CMarkup UTF8To16 Method

static int CMarkup::UTF8To16(
  unsigned short* pwszUTF16,
  const char* pszUTF8,
  int nUTF8Count

UTF8To16 converts the UTF-8 string in pszUTF8 to UTF-16 in the pwszUTF16 string buffer. It uses the same arguments as the ANSI C mbstowcs function, but instead of converting from the locale charset it converts from UTF-8.

Update December 17, 2008: With CMarkup release 10.1 the UTF-16 string type in the UTF8To16 and UTF16To8 functions changed from wchar_t* to unsigned short*, since wchar_t means UTF-32 on Linux and OS X.

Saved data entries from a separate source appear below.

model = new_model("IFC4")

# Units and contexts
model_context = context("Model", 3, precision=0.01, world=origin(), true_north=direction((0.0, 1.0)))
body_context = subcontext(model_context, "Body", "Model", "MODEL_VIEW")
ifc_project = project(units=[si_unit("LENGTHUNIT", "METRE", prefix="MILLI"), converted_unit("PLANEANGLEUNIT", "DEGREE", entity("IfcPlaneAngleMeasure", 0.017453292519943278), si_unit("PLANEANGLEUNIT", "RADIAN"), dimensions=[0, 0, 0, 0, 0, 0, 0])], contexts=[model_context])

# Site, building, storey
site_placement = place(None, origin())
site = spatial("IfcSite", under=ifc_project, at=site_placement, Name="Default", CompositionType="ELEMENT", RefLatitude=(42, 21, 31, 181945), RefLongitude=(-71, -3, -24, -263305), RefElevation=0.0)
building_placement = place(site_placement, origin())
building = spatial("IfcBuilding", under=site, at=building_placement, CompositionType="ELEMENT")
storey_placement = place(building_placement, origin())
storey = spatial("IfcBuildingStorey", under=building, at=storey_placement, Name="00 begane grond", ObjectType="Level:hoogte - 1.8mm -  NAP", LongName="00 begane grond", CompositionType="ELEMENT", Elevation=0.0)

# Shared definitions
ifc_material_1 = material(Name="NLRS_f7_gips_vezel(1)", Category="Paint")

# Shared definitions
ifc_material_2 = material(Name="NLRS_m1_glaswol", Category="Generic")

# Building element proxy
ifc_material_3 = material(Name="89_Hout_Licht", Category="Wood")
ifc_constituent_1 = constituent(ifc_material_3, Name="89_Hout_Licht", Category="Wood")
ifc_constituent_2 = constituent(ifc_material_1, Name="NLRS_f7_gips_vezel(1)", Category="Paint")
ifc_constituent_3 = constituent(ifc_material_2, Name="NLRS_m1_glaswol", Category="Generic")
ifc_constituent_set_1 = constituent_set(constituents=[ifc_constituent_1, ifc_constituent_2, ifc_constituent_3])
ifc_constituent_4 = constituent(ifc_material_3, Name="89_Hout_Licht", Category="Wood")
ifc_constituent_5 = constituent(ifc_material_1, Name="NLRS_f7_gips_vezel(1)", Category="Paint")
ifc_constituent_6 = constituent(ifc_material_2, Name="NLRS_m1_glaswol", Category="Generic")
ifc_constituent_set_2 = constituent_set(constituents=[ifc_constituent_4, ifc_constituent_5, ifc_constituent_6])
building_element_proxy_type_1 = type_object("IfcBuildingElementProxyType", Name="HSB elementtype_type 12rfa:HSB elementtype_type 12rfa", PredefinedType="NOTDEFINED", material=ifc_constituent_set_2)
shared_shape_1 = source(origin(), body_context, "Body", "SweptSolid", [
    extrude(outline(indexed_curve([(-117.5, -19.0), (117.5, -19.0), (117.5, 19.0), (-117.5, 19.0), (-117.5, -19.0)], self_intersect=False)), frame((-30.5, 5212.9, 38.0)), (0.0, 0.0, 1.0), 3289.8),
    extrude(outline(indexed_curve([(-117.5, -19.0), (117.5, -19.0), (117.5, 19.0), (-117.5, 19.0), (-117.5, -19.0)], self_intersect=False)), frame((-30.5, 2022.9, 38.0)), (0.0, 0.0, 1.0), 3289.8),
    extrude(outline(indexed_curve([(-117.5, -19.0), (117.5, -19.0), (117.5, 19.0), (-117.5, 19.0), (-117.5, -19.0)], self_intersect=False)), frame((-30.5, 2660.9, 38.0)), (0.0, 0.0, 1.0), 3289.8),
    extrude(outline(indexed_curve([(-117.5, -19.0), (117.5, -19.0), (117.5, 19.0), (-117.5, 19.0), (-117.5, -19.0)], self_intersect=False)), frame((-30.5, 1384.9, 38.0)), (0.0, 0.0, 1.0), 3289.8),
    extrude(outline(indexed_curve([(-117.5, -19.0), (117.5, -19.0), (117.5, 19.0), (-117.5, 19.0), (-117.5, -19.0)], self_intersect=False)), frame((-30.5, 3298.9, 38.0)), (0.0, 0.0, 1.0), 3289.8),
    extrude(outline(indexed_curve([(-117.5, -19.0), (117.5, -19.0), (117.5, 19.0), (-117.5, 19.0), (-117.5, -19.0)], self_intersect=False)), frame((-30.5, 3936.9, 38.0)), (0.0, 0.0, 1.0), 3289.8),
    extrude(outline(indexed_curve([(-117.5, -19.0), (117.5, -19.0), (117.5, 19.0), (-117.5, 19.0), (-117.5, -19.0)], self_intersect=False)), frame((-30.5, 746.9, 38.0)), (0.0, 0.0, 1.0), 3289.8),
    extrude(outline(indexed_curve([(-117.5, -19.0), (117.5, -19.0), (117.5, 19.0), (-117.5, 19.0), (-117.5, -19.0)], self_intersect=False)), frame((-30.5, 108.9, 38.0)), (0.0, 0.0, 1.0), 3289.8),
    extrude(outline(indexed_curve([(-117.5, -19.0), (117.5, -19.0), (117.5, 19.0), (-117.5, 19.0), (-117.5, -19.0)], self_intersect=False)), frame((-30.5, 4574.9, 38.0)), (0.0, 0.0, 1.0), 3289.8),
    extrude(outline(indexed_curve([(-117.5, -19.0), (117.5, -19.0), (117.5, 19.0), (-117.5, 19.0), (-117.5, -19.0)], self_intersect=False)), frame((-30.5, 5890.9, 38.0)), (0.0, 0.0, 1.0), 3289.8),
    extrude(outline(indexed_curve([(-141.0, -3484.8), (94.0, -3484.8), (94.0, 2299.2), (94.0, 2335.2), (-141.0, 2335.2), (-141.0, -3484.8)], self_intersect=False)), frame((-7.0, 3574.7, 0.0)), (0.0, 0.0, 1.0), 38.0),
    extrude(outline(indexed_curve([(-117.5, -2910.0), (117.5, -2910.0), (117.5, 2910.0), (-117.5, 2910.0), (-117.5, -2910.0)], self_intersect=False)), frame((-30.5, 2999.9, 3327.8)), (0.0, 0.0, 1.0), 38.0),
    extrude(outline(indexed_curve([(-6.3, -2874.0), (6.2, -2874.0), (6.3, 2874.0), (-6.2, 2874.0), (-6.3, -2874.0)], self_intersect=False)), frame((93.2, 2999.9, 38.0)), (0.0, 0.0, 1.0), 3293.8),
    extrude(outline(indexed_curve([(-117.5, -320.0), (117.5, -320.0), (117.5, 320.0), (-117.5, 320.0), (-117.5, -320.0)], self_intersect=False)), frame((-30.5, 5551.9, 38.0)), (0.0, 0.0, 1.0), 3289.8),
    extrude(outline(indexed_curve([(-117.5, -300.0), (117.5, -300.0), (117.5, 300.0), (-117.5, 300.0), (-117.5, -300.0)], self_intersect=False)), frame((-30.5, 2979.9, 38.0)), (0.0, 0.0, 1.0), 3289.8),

The pszUTF8 source must be a UTF-8 string which will be processed up to null-terminator or nUTF8Count. If pwszUTF16 is NULL, the number of UTF-16 units required (i.e. UTF-16 length) is returned. nUTF8Count is the maximum UTF-8 bytes to convert and should include NULL if null-terminator is desired in result. If pwszUTF16 is not NULL it is filled with the result string and it must be large enough! The result will be null-terminated if NULL encountered in pszUTF8 before nUTF8Count. When pwszUTF16 is not NULL, the number of UTF-8 bytes converted is returned rather than the UTF-16 size.

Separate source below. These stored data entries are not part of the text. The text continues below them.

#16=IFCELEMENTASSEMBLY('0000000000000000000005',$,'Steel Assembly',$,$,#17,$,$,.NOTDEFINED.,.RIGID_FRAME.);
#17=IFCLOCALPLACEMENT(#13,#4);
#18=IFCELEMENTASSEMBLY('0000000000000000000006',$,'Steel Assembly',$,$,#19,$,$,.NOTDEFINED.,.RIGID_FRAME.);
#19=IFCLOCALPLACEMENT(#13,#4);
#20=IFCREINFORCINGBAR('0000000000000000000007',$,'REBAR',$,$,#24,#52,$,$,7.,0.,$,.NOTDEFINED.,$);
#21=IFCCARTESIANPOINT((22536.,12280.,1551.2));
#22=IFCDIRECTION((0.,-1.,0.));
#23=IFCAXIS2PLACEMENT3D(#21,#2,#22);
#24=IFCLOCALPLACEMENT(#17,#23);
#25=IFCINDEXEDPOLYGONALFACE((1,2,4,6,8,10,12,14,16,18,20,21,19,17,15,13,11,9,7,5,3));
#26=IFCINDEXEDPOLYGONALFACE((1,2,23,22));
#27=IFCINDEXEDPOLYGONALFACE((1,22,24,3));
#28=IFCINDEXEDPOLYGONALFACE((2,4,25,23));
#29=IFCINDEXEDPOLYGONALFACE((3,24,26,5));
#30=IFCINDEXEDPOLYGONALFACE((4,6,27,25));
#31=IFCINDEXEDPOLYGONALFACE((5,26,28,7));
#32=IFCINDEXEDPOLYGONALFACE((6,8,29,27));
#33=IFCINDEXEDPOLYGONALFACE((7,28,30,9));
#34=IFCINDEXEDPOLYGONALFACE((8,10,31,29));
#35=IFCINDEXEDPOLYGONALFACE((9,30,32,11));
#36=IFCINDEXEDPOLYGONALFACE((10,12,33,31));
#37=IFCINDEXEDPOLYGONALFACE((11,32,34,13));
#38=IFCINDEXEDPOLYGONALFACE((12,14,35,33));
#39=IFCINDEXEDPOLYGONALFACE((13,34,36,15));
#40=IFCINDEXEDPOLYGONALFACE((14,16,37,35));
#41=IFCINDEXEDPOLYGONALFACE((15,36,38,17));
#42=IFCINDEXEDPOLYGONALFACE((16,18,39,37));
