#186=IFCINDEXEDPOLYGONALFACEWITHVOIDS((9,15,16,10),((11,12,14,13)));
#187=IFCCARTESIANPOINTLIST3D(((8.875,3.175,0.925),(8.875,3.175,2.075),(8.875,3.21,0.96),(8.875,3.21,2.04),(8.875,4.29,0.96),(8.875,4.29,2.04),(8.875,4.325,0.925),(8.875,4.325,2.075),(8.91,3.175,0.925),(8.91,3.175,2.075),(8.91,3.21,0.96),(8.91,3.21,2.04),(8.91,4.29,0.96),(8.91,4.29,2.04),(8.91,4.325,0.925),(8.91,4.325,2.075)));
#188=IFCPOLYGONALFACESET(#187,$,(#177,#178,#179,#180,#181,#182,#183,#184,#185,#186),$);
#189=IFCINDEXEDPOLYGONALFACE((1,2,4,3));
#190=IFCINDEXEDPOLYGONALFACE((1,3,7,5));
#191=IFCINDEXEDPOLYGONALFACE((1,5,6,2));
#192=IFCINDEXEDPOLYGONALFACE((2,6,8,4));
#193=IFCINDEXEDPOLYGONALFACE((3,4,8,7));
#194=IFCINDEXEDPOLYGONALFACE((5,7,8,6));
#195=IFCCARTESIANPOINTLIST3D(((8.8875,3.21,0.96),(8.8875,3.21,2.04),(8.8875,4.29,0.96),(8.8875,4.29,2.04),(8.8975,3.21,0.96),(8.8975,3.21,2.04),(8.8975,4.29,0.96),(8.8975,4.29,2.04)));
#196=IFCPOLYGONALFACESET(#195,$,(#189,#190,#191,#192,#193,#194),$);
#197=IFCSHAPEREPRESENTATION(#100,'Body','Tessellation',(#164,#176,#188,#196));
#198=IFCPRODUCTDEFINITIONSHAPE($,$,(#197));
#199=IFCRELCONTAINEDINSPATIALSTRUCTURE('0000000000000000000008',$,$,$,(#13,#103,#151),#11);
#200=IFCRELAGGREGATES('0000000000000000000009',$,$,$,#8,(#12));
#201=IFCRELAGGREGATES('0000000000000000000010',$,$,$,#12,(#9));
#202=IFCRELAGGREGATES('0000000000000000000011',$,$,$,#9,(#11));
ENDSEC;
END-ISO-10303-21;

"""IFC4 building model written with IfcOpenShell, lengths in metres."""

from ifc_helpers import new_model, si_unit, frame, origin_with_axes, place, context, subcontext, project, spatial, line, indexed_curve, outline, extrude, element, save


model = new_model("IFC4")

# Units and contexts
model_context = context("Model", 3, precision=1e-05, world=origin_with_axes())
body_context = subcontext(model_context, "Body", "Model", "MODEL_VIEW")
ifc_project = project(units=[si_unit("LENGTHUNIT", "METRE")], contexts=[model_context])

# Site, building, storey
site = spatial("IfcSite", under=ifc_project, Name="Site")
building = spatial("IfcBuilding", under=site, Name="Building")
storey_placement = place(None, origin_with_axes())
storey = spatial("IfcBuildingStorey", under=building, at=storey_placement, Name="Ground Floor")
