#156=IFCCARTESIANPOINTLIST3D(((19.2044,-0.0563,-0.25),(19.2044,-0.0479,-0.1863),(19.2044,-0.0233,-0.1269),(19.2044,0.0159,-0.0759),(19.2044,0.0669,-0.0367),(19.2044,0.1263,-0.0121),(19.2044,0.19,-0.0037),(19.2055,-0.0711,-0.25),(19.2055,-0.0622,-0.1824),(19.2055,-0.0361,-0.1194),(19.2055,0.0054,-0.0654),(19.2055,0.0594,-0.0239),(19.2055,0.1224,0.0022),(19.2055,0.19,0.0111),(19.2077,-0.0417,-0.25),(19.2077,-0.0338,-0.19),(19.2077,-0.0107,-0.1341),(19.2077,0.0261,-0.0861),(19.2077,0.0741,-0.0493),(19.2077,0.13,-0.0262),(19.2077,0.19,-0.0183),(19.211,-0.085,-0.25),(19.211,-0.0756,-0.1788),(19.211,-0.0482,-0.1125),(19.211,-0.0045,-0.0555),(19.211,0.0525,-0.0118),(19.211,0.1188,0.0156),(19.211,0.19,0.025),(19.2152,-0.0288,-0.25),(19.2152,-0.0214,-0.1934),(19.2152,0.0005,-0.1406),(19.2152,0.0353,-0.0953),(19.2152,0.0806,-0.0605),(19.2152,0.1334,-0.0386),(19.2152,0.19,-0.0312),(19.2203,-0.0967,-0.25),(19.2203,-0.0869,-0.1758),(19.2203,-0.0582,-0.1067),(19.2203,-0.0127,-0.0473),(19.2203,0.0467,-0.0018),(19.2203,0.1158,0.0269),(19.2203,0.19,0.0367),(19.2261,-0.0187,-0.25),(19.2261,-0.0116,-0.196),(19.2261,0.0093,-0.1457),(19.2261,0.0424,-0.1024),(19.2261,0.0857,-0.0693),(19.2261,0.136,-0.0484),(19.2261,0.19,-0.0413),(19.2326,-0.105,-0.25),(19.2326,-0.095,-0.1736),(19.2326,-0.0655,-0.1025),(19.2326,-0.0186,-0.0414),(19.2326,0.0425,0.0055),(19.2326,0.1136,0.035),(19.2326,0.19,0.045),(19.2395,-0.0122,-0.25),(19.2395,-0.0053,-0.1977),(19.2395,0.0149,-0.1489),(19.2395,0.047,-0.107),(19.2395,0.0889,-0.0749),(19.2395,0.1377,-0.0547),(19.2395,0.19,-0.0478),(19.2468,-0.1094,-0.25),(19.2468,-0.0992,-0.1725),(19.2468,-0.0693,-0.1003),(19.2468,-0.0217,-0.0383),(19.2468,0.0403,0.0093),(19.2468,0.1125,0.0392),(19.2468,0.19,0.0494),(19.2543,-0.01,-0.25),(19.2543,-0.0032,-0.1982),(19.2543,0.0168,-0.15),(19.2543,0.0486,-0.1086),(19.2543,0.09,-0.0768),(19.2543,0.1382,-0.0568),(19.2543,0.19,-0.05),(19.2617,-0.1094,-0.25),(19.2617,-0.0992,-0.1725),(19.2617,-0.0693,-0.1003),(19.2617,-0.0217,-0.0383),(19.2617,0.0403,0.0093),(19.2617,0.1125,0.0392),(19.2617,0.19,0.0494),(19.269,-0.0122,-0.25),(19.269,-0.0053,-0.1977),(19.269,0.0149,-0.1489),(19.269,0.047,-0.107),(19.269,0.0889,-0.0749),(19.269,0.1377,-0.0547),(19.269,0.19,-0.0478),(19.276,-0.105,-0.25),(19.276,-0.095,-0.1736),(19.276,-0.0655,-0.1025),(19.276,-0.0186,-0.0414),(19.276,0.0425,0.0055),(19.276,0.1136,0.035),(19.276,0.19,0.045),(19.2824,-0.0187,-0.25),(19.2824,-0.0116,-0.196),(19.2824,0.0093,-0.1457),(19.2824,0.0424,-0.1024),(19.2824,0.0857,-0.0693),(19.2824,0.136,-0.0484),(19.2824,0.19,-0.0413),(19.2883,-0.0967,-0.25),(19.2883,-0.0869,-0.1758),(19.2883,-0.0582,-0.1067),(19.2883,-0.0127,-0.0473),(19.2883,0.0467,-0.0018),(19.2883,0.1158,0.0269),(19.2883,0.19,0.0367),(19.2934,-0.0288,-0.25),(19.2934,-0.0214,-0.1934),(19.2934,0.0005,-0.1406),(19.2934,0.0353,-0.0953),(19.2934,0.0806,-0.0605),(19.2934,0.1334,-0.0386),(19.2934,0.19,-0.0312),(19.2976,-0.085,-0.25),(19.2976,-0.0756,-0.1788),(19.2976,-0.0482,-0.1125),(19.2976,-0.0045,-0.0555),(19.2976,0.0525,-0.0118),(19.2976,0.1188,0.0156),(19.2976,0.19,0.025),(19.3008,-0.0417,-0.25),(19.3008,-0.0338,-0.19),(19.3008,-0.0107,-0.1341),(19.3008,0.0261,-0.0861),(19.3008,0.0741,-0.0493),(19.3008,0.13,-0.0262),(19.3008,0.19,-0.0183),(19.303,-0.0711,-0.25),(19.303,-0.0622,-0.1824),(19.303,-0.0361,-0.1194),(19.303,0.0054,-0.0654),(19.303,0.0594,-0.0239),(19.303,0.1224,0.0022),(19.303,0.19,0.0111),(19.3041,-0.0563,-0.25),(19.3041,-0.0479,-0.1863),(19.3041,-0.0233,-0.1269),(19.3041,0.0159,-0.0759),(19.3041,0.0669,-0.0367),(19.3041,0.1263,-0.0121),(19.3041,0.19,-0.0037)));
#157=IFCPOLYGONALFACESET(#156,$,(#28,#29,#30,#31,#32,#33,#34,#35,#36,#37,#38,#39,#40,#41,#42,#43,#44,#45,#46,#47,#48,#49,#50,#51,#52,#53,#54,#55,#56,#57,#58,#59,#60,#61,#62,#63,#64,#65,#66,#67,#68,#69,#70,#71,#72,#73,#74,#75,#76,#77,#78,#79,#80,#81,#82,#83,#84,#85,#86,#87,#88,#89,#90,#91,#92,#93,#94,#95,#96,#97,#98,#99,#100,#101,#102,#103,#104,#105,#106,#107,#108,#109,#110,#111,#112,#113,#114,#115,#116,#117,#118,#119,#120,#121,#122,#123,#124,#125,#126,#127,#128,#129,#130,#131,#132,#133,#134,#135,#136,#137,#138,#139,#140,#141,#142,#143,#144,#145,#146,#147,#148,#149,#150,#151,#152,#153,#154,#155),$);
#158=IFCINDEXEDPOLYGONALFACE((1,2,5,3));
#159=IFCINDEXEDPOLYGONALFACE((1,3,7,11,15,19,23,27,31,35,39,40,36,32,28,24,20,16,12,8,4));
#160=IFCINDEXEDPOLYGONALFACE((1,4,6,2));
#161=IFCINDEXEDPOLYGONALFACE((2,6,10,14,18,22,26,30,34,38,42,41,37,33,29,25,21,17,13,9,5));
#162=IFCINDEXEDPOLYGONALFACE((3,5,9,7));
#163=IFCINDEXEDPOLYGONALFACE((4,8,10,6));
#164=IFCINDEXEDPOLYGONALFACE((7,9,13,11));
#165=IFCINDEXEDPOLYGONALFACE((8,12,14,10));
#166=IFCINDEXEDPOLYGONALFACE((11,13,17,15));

The following example illustrates converting the letter z from UTF-16 to UTF-8, and then back to UTF-16. In the UTF16To8 call, we pass L"\x007A" which is a way of expressing UTF-16 char z. In the UTF8To16 call, we pass the wszUTF16 buffer and receive the result, "z", specifying the length of the UTF-8 source + 1 to include the null-terminator.

char szUTF8[5];
unsigned short wszUTF16[3];
int nUTFLen;
nUTFLen = CMarkup::UTF16To8(szUTF8,L"\x007A",5); // z
Check( strcmp(szUTF8,"z") == 0 );
nUTFLen = CMarkup::UTF8To16(wszUTF16,szUTF8,nUTFLen+1);
Check( wcscmp(wszUTF16,L"z") == 0 );

Here is an example to demonstrate the common technique of passing a NULL result buffer so that the function returns the necessary result length, before allocating the result buffer and calling the function again.

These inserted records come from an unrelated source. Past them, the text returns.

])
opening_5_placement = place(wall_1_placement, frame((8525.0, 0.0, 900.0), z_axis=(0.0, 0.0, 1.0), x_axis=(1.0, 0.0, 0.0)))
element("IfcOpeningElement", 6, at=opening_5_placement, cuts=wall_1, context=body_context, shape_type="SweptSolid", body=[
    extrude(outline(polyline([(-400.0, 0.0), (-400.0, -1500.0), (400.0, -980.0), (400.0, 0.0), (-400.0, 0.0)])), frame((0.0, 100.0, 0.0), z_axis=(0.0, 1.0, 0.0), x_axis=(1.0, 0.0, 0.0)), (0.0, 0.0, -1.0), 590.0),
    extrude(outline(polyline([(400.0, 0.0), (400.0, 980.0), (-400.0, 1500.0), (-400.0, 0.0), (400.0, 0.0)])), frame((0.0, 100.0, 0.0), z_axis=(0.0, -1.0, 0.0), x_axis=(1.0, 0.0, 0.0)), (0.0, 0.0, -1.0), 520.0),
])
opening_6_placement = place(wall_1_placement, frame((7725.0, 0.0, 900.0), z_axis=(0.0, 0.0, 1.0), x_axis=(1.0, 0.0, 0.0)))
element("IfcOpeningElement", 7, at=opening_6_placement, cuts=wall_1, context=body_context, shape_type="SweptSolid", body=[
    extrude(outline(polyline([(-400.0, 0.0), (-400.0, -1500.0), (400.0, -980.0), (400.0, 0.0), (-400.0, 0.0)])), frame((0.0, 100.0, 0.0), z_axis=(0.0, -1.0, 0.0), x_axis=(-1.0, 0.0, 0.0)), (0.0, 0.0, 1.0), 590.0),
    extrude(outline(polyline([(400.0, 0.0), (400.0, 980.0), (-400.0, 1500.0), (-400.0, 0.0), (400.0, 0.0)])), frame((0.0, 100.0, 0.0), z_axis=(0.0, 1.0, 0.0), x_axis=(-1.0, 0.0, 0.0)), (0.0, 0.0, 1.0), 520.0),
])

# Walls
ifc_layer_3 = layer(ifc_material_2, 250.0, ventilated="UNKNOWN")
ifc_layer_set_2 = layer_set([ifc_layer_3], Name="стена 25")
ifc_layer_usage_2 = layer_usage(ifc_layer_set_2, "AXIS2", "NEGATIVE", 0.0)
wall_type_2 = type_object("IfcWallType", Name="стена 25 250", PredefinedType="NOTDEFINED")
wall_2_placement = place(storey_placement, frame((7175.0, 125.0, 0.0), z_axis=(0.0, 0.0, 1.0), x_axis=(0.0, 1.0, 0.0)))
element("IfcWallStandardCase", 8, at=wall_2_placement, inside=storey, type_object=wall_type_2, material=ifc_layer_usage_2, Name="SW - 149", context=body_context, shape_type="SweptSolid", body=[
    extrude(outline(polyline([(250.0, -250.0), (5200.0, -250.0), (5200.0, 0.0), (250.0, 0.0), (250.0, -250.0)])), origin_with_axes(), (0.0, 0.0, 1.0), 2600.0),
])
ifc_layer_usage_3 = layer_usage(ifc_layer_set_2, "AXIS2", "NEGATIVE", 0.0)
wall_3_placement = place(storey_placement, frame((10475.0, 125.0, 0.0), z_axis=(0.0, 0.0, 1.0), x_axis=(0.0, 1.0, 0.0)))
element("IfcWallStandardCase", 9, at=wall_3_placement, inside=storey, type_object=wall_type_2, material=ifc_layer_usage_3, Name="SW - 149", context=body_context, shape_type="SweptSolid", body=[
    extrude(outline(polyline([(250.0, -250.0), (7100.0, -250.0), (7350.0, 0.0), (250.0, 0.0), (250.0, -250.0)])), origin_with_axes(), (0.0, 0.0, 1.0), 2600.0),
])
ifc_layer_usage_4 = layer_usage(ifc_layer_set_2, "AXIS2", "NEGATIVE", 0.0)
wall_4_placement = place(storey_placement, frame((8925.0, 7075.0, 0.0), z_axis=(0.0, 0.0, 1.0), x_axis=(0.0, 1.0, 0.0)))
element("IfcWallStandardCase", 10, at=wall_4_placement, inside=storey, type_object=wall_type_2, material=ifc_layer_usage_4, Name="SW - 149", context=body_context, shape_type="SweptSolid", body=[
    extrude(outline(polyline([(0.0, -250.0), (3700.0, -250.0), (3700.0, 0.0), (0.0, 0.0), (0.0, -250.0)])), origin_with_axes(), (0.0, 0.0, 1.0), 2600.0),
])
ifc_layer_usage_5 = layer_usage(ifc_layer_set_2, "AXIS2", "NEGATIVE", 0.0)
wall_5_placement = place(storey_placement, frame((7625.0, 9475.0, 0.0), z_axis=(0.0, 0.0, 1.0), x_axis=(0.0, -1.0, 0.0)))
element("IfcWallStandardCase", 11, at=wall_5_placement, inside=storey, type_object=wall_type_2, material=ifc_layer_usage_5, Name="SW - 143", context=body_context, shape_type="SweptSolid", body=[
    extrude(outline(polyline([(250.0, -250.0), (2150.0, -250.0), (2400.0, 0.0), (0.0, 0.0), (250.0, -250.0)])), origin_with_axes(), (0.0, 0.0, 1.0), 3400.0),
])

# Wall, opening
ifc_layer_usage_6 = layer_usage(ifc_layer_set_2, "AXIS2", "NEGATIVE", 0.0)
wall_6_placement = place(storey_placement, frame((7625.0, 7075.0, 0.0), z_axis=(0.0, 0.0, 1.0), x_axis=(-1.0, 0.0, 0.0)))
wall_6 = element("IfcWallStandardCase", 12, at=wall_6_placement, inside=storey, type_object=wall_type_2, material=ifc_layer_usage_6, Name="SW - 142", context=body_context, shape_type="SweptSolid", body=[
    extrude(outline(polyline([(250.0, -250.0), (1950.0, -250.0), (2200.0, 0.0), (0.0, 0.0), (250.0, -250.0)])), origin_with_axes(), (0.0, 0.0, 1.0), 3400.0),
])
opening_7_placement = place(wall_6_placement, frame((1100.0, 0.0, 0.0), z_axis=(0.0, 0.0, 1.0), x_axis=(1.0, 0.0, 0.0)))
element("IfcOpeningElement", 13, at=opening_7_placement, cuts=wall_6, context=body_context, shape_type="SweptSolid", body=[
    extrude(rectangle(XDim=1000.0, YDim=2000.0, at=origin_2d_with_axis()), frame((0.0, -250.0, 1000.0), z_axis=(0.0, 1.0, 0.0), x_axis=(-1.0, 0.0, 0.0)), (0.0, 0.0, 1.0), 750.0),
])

const char* pszTest = "hello";
unsigned short* pwszBuffer;
int nLen = strlen( pszTest );
int nUTF16Len = CMarkup::UTF8To16(NULL,pszTest,nLen);
pwszBuffer = new unsigned short[nUTF16Len+1];
nLen = CMarkup::UTF16To8(NULL,pwszBuffer,0);
CString csTest;
delete [] pwszBuffer;
Check( strcmp(csTest,pszTest) == 0 );

UTF8To16 and UTF16To8 have no dependencies and can be used in place of the MultiByteToWideChar and WideCharToMultiByte Win32 APIs which do not support UTF-8 on Windows 9X, NT3.5 and versions of CE, and are not available on other platforms.